I’m confused why some of your cars lock if the phone is left behind. I take an elderly friend on his errands every once in awhile. It’s difficult for him to get out at every stop so I sometimes leave him in the car with my phone while I take care of the errand. The car never locks. I just assumed this was the expected behavior because when I take him in our other car (a BMW X5), I have to leave him with the key fob; otherwise his weight on the seat sets off the alarm. 

Of course my use case is different than what you described. Perhaps the car is not locking by virtue of the fact that the phone is in the car *and* there’s someone in the passenger seat.


----------



## BluestarE3 (Oct 12, 2017)

s


Tesla Newbie said:


> I'm confused why some of your cars lock if the phone is left behind. I take an elderly friend on his errands every once in awhile. It's difficult for him to get out at every stop so I sometimes leave him in the car with my phone while I take care of the errand. The car never locks. I just assumed this was the expected behavior because when I take him in our other car (a BMW X5), I have to leave him with the key fob; otherwise his weight on the seat sets off the alarm.
> 
> Of course my use case is different than what you described. Perhaps the car is not locking by virtue of the fact that the phone is in the car *and* there's someone in the passenger seat.


My car remains unlocked if my phone is left in the car, whether or not there's a passenger. This is as I would expect since there is no equivalent of a walk-away action when the phone remains inside the car within BLE range. On the other hand, if I turn off Bluetooth on the phone when I leave it in the car, the car will lock after a few seconds. This is also as I would expect since this is equivalent to my walking away with the phone in my pocket and out of BLE range. Perhaps the Bluetooth on some people's phones go to sleep after a while and this results in their cars locking?

(As an FYI, in both of the above scenarios, walk-away-lock is enabled.)


----------



## ADK46 (Aug 4, 2018)

The fundamental question here is if Tesla has the behavior programmed in a manner that will not lead to humans locking themselves out of the car often, which ranges from an inconvenience all the way up to a safety concern - getting locked out of your car in a remote area in winter could be fatal. Even smart humans are not that smart, and few care to learn arcane rules about the behavior of something that should be simple.
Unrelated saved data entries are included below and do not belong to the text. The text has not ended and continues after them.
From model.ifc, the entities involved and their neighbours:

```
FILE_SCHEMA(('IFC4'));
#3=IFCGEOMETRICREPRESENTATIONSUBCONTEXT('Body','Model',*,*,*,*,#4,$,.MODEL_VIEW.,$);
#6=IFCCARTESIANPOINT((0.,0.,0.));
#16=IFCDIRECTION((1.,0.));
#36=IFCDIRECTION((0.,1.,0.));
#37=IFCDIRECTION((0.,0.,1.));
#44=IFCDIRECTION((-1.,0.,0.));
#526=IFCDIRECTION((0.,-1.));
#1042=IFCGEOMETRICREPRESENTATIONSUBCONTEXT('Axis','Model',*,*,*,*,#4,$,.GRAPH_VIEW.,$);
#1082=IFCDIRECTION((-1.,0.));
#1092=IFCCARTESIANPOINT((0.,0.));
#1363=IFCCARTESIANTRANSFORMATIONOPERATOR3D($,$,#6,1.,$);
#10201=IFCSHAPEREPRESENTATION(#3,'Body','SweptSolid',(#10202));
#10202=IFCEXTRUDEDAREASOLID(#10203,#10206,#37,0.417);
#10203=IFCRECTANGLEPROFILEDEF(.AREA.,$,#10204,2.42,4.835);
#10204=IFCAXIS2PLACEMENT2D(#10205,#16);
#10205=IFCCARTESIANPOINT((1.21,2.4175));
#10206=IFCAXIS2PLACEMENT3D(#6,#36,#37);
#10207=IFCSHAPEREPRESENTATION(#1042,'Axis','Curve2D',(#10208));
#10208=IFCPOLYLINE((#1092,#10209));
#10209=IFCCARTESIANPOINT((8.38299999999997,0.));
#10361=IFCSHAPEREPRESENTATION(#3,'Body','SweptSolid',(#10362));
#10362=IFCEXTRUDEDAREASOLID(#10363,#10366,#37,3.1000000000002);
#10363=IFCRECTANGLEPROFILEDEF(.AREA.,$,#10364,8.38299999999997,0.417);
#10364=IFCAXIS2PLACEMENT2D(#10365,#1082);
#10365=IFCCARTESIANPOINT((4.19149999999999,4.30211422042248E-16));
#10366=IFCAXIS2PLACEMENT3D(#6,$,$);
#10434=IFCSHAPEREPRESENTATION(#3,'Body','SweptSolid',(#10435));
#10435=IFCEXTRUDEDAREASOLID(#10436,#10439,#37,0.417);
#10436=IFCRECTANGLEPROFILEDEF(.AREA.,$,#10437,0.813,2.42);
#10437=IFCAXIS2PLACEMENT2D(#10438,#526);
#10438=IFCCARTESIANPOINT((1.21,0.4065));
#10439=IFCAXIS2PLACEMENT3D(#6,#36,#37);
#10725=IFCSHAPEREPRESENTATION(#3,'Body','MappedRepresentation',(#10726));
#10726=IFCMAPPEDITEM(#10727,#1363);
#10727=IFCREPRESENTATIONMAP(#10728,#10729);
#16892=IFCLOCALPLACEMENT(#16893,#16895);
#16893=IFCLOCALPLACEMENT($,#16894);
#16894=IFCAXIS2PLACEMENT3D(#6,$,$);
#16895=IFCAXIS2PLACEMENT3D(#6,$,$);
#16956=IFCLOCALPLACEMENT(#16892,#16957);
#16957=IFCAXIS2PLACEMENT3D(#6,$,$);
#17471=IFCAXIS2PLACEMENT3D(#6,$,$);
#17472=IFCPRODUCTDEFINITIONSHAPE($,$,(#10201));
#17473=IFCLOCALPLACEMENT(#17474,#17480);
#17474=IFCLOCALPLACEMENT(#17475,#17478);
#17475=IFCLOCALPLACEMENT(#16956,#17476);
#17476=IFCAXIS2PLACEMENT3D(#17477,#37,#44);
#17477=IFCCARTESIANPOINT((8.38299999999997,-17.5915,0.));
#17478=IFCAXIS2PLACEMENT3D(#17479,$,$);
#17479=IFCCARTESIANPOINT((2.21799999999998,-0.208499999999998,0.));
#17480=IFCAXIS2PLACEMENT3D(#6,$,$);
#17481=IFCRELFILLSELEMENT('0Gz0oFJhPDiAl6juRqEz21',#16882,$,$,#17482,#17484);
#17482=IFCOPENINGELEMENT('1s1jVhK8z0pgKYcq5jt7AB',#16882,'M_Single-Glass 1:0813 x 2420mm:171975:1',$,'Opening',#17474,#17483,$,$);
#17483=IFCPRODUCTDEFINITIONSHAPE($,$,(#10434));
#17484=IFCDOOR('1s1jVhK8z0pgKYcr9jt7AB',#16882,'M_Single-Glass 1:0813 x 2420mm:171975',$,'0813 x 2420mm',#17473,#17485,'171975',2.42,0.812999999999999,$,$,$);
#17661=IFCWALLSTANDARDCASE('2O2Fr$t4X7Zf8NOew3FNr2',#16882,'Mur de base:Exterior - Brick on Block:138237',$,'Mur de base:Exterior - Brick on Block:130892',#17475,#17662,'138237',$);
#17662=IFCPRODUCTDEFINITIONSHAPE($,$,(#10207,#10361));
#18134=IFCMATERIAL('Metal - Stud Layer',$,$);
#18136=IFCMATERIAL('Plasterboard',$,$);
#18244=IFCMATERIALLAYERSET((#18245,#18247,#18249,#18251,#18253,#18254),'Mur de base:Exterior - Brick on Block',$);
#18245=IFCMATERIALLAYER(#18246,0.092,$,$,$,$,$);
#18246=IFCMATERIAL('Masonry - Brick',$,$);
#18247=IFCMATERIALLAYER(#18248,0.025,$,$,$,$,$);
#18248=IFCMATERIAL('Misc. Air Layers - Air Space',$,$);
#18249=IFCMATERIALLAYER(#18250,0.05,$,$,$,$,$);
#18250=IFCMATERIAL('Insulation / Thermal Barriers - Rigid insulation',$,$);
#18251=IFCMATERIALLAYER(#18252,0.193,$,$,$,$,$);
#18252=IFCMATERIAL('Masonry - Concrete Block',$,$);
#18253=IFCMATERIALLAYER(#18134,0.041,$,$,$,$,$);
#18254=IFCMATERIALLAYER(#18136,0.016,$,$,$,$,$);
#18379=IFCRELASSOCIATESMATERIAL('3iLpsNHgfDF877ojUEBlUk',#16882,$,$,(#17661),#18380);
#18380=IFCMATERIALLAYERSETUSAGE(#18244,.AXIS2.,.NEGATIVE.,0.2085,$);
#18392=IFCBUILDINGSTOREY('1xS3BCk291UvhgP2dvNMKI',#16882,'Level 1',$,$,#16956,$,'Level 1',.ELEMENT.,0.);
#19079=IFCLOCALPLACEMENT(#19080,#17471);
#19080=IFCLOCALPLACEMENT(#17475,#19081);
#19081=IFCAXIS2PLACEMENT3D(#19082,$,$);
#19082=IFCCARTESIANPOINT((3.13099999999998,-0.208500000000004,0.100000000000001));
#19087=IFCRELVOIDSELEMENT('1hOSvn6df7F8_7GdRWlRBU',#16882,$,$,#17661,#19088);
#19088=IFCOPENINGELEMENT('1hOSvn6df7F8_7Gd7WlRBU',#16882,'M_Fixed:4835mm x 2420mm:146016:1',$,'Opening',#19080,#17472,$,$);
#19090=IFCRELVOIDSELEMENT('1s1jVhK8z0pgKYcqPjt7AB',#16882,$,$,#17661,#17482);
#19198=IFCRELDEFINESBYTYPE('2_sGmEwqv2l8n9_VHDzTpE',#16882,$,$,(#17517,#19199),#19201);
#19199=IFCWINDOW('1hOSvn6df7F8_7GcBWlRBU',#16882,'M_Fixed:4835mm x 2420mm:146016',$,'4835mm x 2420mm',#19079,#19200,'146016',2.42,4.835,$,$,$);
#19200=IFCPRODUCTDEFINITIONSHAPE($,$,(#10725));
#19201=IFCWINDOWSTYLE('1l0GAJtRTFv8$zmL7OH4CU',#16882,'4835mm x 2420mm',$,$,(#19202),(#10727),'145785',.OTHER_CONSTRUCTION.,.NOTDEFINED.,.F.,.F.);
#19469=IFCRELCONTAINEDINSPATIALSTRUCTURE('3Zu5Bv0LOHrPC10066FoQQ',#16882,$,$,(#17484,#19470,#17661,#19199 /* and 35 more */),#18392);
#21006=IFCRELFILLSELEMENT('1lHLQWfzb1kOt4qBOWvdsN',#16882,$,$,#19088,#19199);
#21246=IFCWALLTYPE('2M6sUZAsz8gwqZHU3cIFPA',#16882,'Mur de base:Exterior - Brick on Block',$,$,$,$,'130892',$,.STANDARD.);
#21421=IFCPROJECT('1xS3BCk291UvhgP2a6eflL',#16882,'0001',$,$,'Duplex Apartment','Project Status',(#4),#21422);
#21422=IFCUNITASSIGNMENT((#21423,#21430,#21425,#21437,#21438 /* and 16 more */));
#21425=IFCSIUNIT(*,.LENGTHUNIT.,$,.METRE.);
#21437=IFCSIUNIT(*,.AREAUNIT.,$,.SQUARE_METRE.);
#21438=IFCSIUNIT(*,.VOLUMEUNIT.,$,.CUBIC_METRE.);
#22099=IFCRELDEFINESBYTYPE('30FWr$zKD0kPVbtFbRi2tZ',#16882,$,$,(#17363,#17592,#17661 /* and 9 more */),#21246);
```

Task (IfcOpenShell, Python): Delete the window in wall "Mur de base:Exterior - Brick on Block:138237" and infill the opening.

```python
import ifcopenshell
import ifcopenshell.api.feature
import ifcopenshell.api.root
import ifcopenshell.geom
import ifcopenshell.util.shape

model = ifcopenshell.open("model.ifc")
settings = ifcopenshell.geom.settings()


def volume(element):
    """Net volume in cubic metres, openings subtracted."""
    shape = ifcopenshell.geom.create_shape(settings, element)
    return ifcopenshell.util.shape.get_volume(shape.geometry)


window = model.by_guid("1hOSvn6df7F8_7GcBWlRBU")
opening = window.FillsVoids[0].RelatingOpeningElement
wall = opening.VoidsElements[0].RelatingBuildingElement
before = volume(wall)

ifcopenshell.api.root.remove_product(model, product=window)
ifcopenshell.api.feature.remove_feature(model, feature=opening)

after = volume(wall)

print(f"wall volume {before:.3f} -> {after:.3f} m3")

model.write("model_edited.ifc")
```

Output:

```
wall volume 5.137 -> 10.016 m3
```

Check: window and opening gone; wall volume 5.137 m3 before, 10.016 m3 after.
This thread is just like threads on the charge port door - I'm not the only one baffled about when or if the charge port door will open.
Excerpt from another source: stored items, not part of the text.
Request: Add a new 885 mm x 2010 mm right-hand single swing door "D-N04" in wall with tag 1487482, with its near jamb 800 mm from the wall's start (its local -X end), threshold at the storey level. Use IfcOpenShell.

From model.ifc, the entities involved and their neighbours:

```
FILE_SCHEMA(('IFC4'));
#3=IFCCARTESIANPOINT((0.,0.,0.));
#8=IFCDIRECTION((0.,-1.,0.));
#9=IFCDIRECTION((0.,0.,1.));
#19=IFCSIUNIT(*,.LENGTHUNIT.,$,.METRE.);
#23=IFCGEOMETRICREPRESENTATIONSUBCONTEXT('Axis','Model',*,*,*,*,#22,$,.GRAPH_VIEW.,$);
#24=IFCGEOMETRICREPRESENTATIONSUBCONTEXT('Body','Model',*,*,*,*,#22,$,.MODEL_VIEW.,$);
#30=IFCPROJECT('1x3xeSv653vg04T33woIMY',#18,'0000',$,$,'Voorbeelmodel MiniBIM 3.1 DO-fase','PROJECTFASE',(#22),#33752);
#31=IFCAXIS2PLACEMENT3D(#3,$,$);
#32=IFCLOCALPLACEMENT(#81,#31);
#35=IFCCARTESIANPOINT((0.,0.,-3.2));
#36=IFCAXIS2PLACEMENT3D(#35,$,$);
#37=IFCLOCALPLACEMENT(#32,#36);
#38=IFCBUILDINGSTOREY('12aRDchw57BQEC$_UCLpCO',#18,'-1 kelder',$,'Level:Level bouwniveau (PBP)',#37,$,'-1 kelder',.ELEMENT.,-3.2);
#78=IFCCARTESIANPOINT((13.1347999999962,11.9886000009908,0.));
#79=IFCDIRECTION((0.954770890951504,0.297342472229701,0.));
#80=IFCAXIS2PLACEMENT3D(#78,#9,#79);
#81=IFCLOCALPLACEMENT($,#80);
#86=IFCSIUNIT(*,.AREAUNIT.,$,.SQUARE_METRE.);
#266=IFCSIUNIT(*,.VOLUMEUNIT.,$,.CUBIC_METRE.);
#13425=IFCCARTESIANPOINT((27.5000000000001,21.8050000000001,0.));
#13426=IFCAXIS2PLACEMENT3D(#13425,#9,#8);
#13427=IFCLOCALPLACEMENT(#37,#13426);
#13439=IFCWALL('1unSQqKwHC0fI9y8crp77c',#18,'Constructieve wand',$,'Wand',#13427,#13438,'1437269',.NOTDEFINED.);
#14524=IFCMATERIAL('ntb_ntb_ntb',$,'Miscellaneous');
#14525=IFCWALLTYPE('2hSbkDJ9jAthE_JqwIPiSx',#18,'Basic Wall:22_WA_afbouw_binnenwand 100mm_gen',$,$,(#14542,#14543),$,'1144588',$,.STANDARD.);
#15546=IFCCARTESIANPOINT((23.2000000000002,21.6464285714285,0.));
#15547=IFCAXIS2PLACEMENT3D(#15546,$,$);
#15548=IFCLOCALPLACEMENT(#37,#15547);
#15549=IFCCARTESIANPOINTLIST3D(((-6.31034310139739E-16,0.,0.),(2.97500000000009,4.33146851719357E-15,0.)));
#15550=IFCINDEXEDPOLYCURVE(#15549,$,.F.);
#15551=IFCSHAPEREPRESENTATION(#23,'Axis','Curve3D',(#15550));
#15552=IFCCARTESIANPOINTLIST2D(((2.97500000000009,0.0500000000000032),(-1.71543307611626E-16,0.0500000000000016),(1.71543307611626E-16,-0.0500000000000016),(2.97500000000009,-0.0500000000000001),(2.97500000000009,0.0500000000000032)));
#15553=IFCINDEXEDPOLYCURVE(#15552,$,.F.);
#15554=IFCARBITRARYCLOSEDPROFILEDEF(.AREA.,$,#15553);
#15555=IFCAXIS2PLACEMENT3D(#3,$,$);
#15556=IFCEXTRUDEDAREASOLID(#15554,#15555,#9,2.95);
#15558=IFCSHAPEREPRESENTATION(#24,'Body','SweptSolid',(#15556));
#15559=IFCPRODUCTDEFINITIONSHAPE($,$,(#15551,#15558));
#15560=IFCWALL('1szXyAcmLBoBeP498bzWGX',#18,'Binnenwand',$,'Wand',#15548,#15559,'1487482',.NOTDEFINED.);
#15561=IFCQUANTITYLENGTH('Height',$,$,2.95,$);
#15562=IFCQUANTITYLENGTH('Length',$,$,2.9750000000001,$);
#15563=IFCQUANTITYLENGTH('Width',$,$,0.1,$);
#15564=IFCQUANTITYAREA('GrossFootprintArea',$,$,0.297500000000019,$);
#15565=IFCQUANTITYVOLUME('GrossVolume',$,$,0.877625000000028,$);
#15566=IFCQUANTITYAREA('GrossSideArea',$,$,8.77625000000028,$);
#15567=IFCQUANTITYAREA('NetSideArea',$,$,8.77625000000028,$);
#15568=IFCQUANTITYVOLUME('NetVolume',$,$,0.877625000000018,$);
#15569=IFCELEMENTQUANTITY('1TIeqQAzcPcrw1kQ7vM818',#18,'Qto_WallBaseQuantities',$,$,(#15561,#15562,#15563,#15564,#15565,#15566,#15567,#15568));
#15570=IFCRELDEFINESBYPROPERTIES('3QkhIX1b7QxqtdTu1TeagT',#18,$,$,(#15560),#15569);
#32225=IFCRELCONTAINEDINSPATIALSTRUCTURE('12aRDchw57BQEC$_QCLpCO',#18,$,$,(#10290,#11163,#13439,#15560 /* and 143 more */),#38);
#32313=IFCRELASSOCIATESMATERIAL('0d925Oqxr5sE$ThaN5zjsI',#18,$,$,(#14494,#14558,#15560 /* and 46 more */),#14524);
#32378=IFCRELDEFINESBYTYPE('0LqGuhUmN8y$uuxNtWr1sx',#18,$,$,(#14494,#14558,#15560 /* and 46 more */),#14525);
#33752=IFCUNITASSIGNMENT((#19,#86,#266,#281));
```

```python
import numpy as np
import ifcopenshell
import ifcopenshell.api.feature
import ifcopenshell.api.geometry
import ifcopenshell.api.pset
import ifcopenshell.api.root
import ifcopenshell.api.spatial
import ifcopenshell.geom
import ifcopenshell.util.element
import ifcopenshell.util.placement
import ifcopenshell.util.representation
import ifcopenshell.util.shape
import ifcopenshell.util.unit

model = ifcopenshell.open("model.ifc")
unit_scale = ifcopenshell.util.unit.calculate_unit_scale(model)
area_scale = ifcopenshell.util.unit.calculate_unit_scale(model, "AREAUNIT")
volume_scale = ifcopenshell.util.unit.calculate_unit_scale(model, "VOLUMEUNIT")
settings = ifcopenshell.geom.settings()


def volume(element):
    """Net volume in cubic metres, openings subtracted."""
    shape = ifcopenshell.geom.create_shape(settings, element)
    return ifcopenshell.util.shape.get_volume(shape.geometry)


wall = model.by_guid("1szXyAcmLBoBeP498bzWGX")
storey = ifcopenshell.util.element.get_container(wall, ifc_class="IfcBuildingStorey")
context = ifcopenshell.util.representation.get_context(model, "Model", "Body", "MODEL_VIEW")
before = volume(wall)

width, height, from_end, sill = 0.885, 2.01, 0.8, 0.0  # metres

# The wall runs along its own X axis, and the end named is its -X end.
wall_shape = ifcopenshell.geom.create_shape(settings, wall)
x, y, z = ifcopenshell.util.shape.get_vertices(wall_shape.geometry).T
start = x.min() + from_end
face, thickness = float(y.min()), float(y.max() - y.min())
wall_matrix = ifcopenshell.util.placement.get_local_placement(wall.ObjectPlacement)
level = ifcopenshell.util.placement.get_local_placement(storey.ObjectPlacement)[2, 3]


def in_wall(x, y):
    """Placement at x, y metres in the wall's axes, at sill height."""
    matrix = wall_matrix.copy()
    matrix[:, 3] = wall_matrix @ np.array([x / unit_scale, y / unit_scale, 0.0, 1.0])
    matrix[2, 3] = level + sill / unit_scale
    return matrix


# Opening: a box that overshoots both wall faces by 50 mm.
opening = ifcopenshell.api.root.create_entity(model, ifc_class="IfcOpeningElement", predefined_type="OPENING")
box = ifcopenshell.api.geometry.add_wall_representation(
    model, context=context, length=width, height=height, thickness=thickness + 0.1
)
ifcopenshell.api.geometry.assign_representation(model, product=opening, representation=box)
ifcopenshell.api.geometry.edit_object_placement(model, product=opening, matrix=in_wall(start, face - 0.05), is_si=False)
ifcopenshell.api.feature.add_feature(model, feature=opening, element=wall)

door = ifcopenshell.api.root.create_entity(model, ifc_class="IfcDoor", name="D-N04", predefined_type="DOOR")
door.OverallWidth, door.OverallHeight = width / unit_scale, height / unit_scale
door.OperationType = "SINGLE_SWING_RIGHT"
body = ifcopenshell.api.geometry.add_door_representation(
    model,
    context=context,
    overall_width=door.OverallWidth,
    overall_height=door.OverallHeight,
    operation_type="SINGLE_SWING_RIGHT",
    lining_properties={"LiningDepth": thickness / unit_scale, "ThresholdDepth": thickness / unit_scale},
)
ifcopenshell.api.geometry.assign_representation(model, product=door, representation=body)
ifcopenshell.api.spatial.assign_container(model, products=[door], relating_structure=storey)
ifcopenshell.api.feature.add_filling(model, opening=opening, element=door)

# The lining spans the wall, so the door starts at the wall face.
ifcopenshell.api.geometry.edit_object_placement(model, product=door, matrix=in_wall(start, face), is_si=False)

after = volume(wall)

# Update the wall's stored quantities.
qto = model.by_id(ifcopenshell.util.element.get_pset(wall, "Qto_WallBaseQuantities", should_inherit=False)["id"])
ifcopenshell.api.pset.edit_qto(model, qto=qto, properties={
    "NetSideArea": after / thickness / area_scale,
    "NetVolume": after / volume_scale,
})

print(f"wall volume {before:.3f} -> {after:.3f} m3")

model.write("model_edited.ifc")
```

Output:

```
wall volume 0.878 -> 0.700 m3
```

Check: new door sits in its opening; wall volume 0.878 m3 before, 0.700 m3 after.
If your phone is going to be treated as a "key", like a fob is a "key", it would be wise for Tesla to treat it like a key or a fob. The vast majority of cars behave in a manner that prevents you from locking yourself out - they assume you are capable of doing stupid things, and they're not wrong! This feature has been around for decades.

Most people will assume that the "walk-away" auto-locking feature is really "walk-away-with-the-key" auto-locking. Of course! The Tesla is a very smart car, isn't it? At least as smart as the car I've been driving, for which locking myself out is essentially impossible.
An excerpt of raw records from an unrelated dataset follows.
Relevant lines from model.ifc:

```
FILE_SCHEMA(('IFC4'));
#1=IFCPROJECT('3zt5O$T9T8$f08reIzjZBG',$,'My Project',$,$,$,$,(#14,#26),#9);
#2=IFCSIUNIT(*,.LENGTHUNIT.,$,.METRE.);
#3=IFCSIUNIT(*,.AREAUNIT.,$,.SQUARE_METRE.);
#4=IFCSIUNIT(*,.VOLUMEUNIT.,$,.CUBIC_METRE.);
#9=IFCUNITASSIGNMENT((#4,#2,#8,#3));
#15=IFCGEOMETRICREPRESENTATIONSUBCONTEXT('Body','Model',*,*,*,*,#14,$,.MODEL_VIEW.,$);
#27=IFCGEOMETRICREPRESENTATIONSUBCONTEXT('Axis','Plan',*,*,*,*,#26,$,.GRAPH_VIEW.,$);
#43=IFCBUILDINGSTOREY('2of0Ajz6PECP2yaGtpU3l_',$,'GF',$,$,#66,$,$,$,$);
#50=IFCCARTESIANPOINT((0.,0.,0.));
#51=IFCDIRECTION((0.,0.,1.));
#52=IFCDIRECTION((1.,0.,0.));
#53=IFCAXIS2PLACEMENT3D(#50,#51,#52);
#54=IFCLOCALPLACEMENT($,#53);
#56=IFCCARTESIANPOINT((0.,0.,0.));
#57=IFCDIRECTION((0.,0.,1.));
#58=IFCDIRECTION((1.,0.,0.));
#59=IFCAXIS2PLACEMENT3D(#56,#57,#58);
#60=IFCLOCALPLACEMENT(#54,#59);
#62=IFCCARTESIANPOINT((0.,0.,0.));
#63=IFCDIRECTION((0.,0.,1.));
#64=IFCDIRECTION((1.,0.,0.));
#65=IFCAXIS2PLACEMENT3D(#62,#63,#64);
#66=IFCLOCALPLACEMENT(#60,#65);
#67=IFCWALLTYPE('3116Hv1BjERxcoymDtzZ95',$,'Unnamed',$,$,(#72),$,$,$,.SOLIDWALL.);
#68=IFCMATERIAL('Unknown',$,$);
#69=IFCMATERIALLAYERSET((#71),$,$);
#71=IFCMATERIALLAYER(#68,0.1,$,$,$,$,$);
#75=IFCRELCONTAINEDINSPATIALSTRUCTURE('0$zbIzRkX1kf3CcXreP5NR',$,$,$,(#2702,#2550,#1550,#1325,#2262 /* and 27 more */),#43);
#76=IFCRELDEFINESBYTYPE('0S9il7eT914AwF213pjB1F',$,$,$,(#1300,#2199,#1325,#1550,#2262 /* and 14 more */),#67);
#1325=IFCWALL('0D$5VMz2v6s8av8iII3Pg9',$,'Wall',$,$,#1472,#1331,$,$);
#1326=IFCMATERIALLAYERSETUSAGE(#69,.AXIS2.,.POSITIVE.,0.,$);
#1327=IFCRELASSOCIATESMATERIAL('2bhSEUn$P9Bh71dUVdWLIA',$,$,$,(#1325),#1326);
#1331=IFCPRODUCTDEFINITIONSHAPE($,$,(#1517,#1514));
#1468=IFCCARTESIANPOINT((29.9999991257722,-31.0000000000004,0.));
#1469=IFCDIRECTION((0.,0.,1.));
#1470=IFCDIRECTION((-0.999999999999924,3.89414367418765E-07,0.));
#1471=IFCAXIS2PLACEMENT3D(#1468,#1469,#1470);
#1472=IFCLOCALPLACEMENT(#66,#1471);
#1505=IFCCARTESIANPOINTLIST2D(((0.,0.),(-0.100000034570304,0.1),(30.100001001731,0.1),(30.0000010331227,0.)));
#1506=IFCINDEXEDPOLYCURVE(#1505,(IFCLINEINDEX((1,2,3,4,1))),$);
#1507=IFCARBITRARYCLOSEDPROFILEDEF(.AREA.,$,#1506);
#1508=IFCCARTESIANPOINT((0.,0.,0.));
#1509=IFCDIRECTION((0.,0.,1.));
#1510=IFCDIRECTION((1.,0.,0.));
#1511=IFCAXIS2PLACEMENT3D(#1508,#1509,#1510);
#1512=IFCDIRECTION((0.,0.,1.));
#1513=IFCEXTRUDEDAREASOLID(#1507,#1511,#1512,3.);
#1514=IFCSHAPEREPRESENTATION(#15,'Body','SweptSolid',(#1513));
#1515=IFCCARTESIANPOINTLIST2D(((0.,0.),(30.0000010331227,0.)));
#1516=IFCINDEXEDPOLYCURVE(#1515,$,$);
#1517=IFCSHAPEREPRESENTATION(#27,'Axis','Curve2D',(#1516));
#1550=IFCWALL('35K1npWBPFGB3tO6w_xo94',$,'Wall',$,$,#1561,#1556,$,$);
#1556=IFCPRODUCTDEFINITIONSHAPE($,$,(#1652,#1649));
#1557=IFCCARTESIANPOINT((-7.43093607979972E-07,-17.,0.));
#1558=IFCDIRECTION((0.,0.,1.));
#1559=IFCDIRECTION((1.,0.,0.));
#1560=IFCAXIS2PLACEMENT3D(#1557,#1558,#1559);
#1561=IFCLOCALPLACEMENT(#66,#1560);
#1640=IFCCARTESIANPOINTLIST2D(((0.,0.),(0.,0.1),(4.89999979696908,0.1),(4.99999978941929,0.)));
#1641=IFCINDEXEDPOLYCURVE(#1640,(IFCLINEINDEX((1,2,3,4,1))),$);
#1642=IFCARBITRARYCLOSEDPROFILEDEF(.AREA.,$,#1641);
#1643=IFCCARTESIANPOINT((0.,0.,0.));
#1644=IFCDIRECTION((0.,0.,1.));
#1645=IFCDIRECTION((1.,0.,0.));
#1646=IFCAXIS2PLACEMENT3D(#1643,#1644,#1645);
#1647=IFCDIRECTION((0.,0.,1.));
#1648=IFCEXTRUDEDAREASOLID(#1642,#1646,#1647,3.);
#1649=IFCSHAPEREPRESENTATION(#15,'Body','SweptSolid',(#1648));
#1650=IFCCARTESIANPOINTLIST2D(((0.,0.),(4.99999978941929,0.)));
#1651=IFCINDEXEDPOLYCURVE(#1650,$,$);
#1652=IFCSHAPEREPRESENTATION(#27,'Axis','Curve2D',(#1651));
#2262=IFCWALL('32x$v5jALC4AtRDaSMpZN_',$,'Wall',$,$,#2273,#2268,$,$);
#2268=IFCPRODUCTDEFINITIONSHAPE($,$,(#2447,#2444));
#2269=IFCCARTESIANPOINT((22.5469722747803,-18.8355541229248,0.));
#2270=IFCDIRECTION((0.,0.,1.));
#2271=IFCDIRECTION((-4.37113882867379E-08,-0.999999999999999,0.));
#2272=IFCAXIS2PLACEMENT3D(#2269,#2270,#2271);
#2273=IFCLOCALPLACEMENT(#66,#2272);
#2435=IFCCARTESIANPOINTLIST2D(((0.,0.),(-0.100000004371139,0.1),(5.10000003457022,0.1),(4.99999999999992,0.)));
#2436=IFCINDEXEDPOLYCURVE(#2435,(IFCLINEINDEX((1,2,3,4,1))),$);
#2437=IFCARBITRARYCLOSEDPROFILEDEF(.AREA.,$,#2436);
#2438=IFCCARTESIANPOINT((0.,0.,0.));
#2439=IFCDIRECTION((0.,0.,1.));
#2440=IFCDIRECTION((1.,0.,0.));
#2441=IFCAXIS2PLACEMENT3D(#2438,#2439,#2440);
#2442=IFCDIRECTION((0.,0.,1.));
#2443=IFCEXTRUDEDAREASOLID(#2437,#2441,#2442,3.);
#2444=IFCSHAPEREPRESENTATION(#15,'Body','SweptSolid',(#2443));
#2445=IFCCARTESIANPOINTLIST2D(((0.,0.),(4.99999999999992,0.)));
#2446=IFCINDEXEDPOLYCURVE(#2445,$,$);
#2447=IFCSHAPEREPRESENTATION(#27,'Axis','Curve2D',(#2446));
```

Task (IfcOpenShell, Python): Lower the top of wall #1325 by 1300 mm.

```python
import ifcopenshell
import ifcopenshell.geom
import ifcopenshell.util.representation
import ifcopenshell.util.shape
import ifcopenshell.util.unit

model = ifcopenshell.open("model.ifc")
unit_scale = ifcopenshell.util.unit.calculate_unit_scale(model)
settings = ifcopenshell.geom.settings()


def volume(element):
    """Net volume in cubic metres, openings subtracted."""
    shape = ifcopenshell.geom.create_shape(settings, element)
    return ifcopenshell.util.shape.get_volume(shape.geometry)


wall = model.by_id(1325)
before = volume(wall)

body = ifcopenshell.util.representation.get_representation(wall, "Model", "Body")
solid = body.Items[0]
old_height = solid.Depth
solid.Depth -= 1.3 / unit_scale
after = volume(wall)

print(f"height {old_height:g} -> {solid.Depth:g}, volume {before:.3f} -> {after:.3f} m3")

model.write("model_updated.ifc")
```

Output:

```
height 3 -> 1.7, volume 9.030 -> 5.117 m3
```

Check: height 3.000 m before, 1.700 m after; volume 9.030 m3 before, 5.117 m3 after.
_Give me "walk-away-with-the-key" auto-locking, please. Make "beach mode" the exception, not the rule. At least let me buy a fob online._


----------



## Ericb (Oct 11, 2018)

brur said:


> The question is: can you opt out of self-locking with the phone in the car?
> I don't care to know how wrong I am.


You can disable the lock on walk away feature.


----------



## Jay79 (Aug 18, 2018)

As long as their are people around you can never 100% be locked out of your car. I'm sure somebody will allow you to use their phone to download the Tesla App and unlock your car if you appear desperate enough...lol 

At the end of the day some common sense needs to be used, leaving all your keys in a self locking car is always a bad idea even if you have the setting set not to self lock. Especially if your phone could possibly die on you, although with the quick charging USB ports I'm not sure how that could even happen. My phone charges very quickly in my car with the Jeda pad


----------



## Deraillor (Oct 30, 2018)

Tchris said:


> If your wife has the Tesla App on her phone, seems she could have unlocked the car remotely for you, and not have had to bring you the card.


Yeah but how are you going to contact her to let her know to unlock the car? (if you're not together)


----------



## Deraillor (Oct 30, 2018)

samson said:


> Also does the TOUCH ID in iPhone and Fingerprint Authentication in Android work?
> 
> I have them turned on in both work and personal but whenever I open the app it doesnt ask for any authentication and goes right to the controls....
> 
> In other words its always logged in... I thought it would work like bank apps where the authentication pops up before logging in


The app only asks for authentication when you opt to "start" it remotely. It will then allow the car to be driven (without PIN to drive, if that's enabled) for 2 minutes; you'll see the countdown in the app. This is a very useful feature. When I was on a week-long work trip, my car had to be left unplugged in very cold weather. The cold temperature sapped the battery more quickly than I expected, but I was able to have a buddy of mine get into the car and drive it to a nearby Supercharger to give it a little extra juice.


----------